Thought is Not Separate From Awareness
We usually think, “There is me, aware of a thought.” If we inquire a little deeper, we recognize that this statement is based on ordinary knowledge, the belief that there is an observer separate from the thought. If we continue this self-reflection, especially when we go beyond our belief in the observer, we recognize that the thought itself has awareness. We are aware of the thought because the thought itself is luminosity with a certain flavor and information. The thought itself is not separate from awareness, and awareness is knowledge; thus the thought itself is knowledge. It is not that the thought carries knowledge, as in ordinary knowledge; the thought is knowledge. It is consciousness with a certain form, and we call that form information. The knowingness pervades the thought itself as if the thought were some kind of fluid moving around and taking a shape. The shape it is taking is a concept or word that we recognize from ordinary knowledge. But the whole thing—the consciousness arising as thought fluid, which is formed into concept shapes—is knowledge, for it is consciousness with content.

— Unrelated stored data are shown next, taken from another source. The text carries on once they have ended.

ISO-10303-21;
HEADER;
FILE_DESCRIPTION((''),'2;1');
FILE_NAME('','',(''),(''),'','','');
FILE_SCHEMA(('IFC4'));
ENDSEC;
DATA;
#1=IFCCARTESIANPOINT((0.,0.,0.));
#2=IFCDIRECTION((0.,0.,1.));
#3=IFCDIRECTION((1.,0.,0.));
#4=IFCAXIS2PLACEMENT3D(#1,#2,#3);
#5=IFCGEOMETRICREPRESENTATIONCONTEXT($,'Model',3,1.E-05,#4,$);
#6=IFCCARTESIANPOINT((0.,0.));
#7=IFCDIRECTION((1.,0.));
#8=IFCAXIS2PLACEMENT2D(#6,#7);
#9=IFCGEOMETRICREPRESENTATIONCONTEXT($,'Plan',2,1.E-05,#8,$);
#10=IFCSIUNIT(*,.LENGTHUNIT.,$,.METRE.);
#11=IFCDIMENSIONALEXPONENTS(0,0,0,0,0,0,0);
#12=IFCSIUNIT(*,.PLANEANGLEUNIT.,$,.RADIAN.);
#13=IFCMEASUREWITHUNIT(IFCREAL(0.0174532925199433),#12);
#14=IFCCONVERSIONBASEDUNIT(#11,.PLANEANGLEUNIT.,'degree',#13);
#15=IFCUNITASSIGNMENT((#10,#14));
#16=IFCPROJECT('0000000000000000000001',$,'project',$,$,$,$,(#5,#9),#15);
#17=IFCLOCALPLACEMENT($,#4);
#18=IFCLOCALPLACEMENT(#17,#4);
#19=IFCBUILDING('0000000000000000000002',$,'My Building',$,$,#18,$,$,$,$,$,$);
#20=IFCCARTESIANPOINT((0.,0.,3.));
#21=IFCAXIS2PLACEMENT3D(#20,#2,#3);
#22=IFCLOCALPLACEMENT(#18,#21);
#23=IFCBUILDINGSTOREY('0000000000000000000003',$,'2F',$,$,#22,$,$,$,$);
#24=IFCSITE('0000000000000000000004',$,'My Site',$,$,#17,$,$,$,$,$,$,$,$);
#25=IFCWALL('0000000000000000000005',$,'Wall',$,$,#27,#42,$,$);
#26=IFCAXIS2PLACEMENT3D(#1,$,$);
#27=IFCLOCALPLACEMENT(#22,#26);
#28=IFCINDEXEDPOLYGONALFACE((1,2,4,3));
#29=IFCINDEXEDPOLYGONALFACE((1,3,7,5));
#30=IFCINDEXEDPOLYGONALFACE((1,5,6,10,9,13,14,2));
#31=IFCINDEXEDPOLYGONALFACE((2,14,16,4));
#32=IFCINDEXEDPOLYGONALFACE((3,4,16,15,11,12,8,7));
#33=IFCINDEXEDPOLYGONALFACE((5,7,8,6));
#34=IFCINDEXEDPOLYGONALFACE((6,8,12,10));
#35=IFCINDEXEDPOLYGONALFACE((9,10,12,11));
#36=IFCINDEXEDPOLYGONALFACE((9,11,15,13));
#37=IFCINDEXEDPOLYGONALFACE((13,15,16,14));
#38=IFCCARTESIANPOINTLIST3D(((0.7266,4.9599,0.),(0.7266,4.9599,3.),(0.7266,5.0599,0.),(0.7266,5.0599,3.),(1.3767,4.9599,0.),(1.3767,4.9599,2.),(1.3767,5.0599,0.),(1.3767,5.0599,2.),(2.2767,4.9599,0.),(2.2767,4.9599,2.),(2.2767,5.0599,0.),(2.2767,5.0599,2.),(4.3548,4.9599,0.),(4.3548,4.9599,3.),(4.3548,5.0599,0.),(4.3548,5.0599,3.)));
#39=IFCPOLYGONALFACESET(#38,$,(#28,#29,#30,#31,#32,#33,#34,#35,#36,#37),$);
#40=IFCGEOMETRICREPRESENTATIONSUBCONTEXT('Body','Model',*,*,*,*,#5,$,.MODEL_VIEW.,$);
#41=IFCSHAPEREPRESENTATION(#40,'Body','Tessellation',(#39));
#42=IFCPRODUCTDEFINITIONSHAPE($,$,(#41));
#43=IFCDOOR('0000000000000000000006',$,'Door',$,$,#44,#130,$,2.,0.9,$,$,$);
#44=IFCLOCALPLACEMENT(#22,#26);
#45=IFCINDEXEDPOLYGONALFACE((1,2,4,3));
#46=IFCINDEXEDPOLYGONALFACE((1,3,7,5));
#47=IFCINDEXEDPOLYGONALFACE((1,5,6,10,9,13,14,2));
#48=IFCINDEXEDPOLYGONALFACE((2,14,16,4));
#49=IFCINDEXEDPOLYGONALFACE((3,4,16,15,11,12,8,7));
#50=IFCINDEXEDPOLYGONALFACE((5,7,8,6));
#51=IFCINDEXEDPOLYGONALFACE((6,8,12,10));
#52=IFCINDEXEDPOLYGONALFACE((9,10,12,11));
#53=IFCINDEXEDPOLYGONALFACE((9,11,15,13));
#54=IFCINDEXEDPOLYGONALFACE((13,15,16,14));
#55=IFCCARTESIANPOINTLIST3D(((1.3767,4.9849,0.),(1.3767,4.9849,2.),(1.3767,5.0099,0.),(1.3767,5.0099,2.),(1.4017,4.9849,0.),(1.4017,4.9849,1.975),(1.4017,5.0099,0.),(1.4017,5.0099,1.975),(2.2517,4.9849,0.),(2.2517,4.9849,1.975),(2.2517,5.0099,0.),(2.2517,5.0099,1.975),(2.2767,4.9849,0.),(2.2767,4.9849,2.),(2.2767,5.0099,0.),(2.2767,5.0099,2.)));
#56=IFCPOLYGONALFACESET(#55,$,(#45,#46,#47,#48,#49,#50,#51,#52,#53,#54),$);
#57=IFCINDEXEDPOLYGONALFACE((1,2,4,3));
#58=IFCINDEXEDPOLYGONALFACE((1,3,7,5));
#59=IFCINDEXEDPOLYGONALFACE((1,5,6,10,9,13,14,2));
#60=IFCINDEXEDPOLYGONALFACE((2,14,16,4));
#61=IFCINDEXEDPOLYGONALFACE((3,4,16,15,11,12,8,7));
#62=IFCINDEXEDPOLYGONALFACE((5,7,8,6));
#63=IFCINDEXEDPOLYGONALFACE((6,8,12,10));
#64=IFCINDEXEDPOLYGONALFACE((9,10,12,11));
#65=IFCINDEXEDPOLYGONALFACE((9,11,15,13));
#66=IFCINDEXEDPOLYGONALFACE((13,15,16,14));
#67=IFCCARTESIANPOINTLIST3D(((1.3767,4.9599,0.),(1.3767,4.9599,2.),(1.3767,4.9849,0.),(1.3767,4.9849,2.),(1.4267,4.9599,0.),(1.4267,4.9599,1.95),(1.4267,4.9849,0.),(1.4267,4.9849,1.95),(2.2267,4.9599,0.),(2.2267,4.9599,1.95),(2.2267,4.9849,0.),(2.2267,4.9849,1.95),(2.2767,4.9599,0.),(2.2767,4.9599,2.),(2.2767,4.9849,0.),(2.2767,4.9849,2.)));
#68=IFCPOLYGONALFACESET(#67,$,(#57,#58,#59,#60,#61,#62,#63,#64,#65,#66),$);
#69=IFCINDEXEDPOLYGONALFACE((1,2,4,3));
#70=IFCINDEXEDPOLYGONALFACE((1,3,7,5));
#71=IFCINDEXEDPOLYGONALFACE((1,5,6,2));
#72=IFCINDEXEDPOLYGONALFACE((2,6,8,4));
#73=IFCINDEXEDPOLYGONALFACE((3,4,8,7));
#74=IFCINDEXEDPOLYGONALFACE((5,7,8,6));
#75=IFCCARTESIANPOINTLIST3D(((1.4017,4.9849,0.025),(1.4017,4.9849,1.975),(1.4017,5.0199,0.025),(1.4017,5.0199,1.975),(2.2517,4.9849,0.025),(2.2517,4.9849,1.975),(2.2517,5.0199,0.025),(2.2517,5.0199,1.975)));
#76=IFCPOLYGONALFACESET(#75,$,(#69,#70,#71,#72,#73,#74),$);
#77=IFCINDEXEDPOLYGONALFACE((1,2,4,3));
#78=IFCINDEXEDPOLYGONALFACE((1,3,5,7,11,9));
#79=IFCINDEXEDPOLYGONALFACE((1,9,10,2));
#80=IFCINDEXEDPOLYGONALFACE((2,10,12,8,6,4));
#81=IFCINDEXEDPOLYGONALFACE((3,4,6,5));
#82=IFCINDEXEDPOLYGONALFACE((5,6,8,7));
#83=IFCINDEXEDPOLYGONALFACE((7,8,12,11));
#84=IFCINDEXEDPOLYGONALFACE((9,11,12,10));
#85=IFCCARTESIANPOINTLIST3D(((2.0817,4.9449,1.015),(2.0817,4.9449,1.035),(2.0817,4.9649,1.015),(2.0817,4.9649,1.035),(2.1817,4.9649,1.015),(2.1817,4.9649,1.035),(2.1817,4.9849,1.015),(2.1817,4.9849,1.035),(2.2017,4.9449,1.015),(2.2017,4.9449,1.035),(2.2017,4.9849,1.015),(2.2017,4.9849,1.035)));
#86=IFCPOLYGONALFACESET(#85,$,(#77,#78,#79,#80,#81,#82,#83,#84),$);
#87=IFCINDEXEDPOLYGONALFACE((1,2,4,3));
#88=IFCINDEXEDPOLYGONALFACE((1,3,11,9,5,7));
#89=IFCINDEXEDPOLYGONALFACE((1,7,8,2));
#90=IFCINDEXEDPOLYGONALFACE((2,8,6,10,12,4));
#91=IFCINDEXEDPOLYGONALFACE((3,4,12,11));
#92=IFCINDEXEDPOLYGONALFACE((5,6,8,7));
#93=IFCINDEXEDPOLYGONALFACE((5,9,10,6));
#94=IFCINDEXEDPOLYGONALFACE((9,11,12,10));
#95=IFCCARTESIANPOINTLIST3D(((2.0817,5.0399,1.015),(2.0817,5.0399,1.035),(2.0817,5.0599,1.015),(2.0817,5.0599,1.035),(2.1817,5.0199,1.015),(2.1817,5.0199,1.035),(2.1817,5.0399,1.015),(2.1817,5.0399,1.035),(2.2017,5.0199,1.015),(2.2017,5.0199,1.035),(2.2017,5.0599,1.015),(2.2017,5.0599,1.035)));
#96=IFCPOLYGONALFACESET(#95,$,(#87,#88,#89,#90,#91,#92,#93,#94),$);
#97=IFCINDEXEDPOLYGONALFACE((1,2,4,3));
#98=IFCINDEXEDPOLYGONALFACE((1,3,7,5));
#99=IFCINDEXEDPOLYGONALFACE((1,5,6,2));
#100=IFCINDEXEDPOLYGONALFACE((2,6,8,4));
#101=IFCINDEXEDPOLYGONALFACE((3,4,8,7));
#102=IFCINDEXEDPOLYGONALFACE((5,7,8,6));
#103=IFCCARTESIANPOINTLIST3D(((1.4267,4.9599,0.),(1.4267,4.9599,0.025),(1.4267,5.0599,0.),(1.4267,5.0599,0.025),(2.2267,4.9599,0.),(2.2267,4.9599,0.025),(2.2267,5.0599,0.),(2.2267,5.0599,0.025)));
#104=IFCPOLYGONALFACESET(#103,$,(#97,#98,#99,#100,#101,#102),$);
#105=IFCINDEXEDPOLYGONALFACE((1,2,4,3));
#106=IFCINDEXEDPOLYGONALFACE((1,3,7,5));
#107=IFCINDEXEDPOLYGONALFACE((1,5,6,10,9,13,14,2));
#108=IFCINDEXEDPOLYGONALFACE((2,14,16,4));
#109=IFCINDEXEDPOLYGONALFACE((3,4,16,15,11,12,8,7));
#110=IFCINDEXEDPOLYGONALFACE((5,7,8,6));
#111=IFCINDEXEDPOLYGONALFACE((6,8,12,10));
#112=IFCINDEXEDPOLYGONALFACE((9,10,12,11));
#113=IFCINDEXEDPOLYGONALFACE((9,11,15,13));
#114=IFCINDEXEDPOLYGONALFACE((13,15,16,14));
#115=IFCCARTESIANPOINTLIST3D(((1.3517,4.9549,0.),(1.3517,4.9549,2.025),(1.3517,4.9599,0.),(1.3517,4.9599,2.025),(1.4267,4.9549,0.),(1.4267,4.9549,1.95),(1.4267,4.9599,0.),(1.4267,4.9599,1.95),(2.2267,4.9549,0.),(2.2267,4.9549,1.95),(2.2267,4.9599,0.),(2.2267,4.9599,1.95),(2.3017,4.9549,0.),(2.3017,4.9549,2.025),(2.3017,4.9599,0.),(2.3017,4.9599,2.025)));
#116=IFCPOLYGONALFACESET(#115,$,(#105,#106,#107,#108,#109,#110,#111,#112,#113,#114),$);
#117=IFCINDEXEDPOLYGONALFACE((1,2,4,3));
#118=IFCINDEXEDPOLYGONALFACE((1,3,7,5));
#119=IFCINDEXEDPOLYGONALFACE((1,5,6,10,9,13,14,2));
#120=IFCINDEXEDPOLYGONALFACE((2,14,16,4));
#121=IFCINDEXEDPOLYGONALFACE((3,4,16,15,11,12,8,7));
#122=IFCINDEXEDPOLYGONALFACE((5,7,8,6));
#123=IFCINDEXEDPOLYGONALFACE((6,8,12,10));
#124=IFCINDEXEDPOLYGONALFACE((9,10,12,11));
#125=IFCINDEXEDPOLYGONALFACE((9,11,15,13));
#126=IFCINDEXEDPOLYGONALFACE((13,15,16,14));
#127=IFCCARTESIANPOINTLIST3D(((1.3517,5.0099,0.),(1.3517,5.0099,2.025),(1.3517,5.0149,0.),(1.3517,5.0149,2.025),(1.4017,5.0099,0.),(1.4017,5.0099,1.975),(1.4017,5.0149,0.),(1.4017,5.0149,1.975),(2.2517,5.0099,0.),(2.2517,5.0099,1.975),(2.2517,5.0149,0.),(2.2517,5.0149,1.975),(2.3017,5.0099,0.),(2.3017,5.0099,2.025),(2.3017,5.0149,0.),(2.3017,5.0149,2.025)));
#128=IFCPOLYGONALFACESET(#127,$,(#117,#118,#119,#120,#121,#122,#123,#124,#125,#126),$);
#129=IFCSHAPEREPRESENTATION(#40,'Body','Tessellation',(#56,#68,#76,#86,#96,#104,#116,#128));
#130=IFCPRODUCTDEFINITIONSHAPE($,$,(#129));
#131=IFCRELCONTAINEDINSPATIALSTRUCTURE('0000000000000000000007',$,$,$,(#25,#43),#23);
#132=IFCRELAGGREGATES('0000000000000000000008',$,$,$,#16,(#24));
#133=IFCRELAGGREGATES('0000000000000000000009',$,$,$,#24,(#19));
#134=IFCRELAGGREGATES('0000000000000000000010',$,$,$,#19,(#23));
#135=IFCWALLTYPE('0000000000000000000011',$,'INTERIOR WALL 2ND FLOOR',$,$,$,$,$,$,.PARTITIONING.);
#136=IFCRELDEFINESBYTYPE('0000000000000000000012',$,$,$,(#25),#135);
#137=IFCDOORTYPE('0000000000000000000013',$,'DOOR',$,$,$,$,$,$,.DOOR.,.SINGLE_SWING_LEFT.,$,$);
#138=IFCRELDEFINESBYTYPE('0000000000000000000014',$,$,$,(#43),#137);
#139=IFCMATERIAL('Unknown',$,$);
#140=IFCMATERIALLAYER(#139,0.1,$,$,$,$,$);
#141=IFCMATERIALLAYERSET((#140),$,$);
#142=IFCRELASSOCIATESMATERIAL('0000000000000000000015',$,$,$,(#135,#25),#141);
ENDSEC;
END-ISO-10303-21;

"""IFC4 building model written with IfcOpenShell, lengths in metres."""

from ifc_helpers import new_model, entity, si_unit, converted_unit, frame, origin_with_axes, origin_2d_with_axis, place, context, subcontext, project, spatial, line, indexed_curve, outline, extrude, shape, source, transform, mapped, material, layer, layer_set, layer_usage, type_object, type_shapes, element, fill, save


model = new_model("IFC4")

# Units and contexts
model_context = context("Model", 3, precision=1e-05, world=origin_with_axes())
plan_context = context("Plan", 2, precision=1e-05, world=origin_2d_with_axis())
body_context_1 = subcontext(model_context, "Body", "Model", "MODEL_VIEW")
body_context_2 = subcontext(plan_context, "Body", "Plan", "PLAN_VIEW")
ifc_project = project(units=[si_unit("LENGTHUNIT", "METRE"), converted_unit("PLANEANGLEUNIT", "degree", entity("IfcReal", 0.0174532925199433), si_unit("PLANEANGLEUNIT", "RADIAN"), dimensions=[0, 0, 0, 0, 0, 0, 0])], contexts=[model_context, plan_context])

# Site, building, storey
site_placement = place(None, origin_with_axes())
site = spatial("IfcSite", under=ifc_project, at=site_placement, Name="My Site")
building_placement = place(site_placement, origin_with_axes())
building = spatial("IfcBuilding", under=site, at=building_placement, Name="My Building")
storey_placement = place(building_placement, frame((0.0, 0.0, 3.0), z_axis=(0.0, 0.0, 1.0), x_axis=(1.0, 0.0, 0.0)))
storey = spatial("IfcBuildingStorey", under=building, at=storey_placement, Name="2F")

# Shared definitions
ifc_material = material(Name="Unknown")

# Shared definitions
ifc_layer_1 = layer(ifc_material, 0.1)
ifc_layer_set_1 = layer_set([ifc_layer_1])
wall_type_1 = type_object("IfcWallType", Name="INTERIOR WALL 2ND FLOOR", PredefinedType="PARTITIONING", material=ifc_layer_set_1)
shared_shape_1 = source(origin_with_axes(), body_context_1, "Body", "SweptSolid", [
    extrude(outline(indexed_curve([(0.0, 0.0), (0.9, 0.0), (0.9, 2.0), (0.0, 2.0)], segments=[line(1, 2, 3, 4, 1)])), frame((0.0, -0.6, 0.0), z_axis=(0.0, -1.0, 0.0), x_axis=(1.0, 0.0, 0.0)), (0.0, 0.0, -1.0), 1.2),
])
door_type = type_object("IfcDoorType", Name="DOOR", OperationType="SINGLE_SWING_LEFT", PredefinedType="DOOR")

Spacecruiser Inquiry, pg. 83
What Awareness Means
Being aware means immediacy. It means that the tentacles of my soul are wrapping themselves around the feeling, penetrating it and all its parts, feeling it from inside and outside—because my awareness extends everywhere. If I am not fully aware of the situation, how am I going to find out the truth about it? And if I am not interested in paying attention to what is happening now, what does it mean when I say that I love being myself? When you love somebody, you want to find out everything about them, don’t you? When you love something, what do you want to do with it? You want to know it. Love always translates into awareness, into knowing. If you love somebody, you want to see them, you want to know them, you want to be as completely familiar with them as possible. If you are really interested in being yourself, that interest begins with the awareness of where you are at this very moment. Being who you are can only arise from the love of being where you are.